Dataset records
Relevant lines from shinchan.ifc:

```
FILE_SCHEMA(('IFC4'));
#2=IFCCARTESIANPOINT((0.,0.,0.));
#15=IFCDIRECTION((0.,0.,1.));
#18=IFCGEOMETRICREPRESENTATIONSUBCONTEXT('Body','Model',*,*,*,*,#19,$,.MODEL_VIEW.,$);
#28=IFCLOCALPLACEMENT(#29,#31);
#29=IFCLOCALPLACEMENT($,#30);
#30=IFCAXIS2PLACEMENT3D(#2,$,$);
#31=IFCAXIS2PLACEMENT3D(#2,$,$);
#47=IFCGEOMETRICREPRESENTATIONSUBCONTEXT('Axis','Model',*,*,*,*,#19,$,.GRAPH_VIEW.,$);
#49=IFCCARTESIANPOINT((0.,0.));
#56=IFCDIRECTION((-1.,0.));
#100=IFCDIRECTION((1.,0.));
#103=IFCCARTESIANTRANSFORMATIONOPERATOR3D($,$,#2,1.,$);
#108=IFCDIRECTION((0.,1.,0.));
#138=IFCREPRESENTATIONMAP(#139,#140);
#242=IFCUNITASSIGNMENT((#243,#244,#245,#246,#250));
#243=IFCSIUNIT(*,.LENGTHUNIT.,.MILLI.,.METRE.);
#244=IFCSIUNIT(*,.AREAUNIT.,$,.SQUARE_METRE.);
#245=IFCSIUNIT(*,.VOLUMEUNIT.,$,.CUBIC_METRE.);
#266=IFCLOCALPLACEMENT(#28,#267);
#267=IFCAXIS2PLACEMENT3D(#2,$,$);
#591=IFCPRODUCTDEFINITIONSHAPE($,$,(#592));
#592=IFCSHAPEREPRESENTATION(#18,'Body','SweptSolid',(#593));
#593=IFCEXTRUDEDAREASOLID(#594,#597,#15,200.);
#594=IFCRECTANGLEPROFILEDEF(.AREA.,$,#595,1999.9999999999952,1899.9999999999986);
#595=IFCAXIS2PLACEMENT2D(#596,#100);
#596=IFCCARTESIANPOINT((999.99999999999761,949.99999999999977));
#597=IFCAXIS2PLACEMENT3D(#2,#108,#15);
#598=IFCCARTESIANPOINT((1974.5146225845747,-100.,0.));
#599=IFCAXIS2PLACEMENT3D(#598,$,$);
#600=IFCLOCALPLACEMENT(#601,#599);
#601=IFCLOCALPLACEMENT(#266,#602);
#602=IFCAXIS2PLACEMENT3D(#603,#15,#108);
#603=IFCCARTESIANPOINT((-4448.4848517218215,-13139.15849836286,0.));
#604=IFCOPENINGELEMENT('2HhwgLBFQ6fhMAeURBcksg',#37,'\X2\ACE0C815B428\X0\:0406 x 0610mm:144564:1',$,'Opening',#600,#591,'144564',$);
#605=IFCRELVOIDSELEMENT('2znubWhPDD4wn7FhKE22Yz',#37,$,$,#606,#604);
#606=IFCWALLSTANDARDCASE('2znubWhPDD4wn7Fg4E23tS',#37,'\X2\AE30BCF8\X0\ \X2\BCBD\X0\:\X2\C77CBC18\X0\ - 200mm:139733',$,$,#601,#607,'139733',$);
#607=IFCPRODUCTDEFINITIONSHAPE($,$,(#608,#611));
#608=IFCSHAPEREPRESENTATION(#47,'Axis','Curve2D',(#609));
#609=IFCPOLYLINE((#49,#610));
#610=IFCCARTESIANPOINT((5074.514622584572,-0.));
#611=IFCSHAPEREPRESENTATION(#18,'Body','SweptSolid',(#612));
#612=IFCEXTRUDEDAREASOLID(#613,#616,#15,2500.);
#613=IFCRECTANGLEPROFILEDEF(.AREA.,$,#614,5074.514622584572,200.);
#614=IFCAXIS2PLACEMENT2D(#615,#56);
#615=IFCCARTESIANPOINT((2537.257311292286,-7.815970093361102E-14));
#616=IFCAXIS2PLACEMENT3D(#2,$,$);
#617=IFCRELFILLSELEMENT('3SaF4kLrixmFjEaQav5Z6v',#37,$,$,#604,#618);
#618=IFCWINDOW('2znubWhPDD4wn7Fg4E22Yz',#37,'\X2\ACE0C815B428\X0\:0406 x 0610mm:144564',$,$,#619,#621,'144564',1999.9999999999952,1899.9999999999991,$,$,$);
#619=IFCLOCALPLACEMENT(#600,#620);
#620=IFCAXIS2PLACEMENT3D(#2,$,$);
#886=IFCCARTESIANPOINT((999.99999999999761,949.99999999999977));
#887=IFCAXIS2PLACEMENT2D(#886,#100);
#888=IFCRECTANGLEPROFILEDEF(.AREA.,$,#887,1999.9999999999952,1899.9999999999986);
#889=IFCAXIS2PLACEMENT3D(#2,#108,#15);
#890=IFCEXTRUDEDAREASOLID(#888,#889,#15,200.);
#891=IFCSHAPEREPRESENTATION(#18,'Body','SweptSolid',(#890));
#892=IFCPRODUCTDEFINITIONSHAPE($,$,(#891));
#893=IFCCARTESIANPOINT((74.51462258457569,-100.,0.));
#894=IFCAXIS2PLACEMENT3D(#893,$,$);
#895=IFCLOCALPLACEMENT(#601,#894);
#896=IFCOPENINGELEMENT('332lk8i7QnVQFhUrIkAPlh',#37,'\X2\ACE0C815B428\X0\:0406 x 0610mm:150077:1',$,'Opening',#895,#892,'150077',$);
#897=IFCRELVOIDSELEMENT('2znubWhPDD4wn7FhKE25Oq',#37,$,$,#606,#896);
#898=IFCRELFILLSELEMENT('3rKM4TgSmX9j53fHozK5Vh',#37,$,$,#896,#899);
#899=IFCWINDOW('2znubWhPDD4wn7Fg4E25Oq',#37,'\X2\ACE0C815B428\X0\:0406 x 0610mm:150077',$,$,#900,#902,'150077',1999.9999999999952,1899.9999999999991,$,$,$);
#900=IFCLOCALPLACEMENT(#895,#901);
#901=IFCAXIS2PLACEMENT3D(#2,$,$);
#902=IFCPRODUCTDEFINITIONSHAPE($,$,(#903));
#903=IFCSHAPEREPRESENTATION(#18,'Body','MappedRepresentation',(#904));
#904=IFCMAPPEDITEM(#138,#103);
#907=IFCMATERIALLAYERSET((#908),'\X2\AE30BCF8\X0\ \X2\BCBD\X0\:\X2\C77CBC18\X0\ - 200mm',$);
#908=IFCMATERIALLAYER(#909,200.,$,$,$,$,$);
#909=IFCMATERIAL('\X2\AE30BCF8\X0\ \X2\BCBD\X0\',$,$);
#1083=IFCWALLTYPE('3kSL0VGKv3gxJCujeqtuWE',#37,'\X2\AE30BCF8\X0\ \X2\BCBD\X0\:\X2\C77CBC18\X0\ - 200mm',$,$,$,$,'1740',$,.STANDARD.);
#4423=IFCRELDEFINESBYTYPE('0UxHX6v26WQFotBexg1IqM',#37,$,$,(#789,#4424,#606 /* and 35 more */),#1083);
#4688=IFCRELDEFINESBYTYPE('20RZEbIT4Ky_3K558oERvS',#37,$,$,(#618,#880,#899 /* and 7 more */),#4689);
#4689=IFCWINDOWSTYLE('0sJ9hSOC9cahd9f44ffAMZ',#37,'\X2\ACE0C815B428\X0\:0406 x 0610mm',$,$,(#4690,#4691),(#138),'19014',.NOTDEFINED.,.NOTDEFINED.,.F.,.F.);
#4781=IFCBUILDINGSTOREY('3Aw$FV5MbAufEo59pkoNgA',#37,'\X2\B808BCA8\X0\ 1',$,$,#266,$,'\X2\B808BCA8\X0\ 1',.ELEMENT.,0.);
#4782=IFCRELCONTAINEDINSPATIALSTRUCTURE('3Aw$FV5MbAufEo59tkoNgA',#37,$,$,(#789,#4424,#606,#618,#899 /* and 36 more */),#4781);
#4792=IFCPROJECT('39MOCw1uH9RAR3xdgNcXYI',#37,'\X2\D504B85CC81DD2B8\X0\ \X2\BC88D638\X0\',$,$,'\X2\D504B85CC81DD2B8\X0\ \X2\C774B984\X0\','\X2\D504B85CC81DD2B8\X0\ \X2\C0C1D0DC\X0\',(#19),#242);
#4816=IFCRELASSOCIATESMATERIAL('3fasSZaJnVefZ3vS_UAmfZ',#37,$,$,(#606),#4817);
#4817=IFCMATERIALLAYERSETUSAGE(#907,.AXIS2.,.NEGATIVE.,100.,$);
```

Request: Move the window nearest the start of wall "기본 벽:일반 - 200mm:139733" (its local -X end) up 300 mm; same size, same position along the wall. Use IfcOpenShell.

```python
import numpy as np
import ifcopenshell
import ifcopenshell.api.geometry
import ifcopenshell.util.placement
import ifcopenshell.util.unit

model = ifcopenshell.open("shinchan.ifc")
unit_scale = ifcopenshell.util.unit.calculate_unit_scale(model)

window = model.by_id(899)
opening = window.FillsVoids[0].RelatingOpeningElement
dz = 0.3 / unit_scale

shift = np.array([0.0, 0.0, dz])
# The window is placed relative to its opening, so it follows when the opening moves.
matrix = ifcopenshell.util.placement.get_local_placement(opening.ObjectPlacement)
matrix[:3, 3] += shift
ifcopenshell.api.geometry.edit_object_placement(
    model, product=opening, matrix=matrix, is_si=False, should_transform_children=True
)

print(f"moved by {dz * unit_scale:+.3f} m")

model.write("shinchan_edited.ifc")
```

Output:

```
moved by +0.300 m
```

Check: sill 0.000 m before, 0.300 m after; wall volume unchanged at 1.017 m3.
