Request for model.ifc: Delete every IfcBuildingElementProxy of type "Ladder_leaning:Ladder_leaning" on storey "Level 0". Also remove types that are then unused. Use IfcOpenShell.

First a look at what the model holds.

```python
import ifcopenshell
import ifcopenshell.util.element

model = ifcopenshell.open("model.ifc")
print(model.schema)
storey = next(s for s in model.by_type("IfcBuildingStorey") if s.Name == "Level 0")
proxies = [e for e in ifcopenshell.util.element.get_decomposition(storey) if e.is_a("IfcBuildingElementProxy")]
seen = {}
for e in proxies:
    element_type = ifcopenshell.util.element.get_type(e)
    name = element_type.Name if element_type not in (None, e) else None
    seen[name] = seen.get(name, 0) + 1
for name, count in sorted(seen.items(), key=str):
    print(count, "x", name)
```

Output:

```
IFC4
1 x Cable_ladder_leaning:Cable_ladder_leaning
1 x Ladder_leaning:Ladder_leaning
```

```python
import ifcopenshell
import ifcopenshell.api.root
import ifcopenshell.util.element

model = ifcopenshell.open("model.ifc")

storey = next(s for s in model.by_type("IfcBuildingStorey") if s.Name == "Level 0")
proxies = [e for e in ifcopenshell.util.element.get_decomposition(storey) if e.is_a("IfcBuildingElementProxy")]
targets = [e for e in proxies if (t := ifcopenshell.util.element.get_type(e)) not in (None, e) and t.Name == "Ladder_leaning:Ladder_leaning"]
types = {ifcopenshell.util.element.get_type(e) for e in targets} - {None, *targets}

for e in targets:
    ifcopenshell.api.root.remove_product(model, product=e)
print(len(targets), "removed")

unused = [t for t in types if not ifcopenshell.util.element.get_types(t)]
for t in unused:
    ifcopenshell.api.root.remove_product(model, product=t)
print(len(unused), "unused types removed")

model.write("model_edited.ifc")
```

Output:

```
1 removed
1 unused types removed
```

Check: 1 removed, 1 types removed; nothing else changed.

» THE TASK:
Pull out the lines above in which the word "IFCOPENINGELEMENT" appears.

» ANSWER BOX:
#604=IFCOPENINGELEMENT('2HhwgLBFQ6fhMAeURBcksg',#37,'\X2\ACE0C815B428\X0\:0406 x 0610mm:144564:1',$,'Opening',#600,#591,'144564',$);
#896=IFCOPENINGELEMENT('332lk8i7QnVQFhUrIkAPlh',#37,'\X2\ACE0C815B428\X0\:0406 x 0610mm:150077:1',$,'Opening',#895,#892,'150077',$);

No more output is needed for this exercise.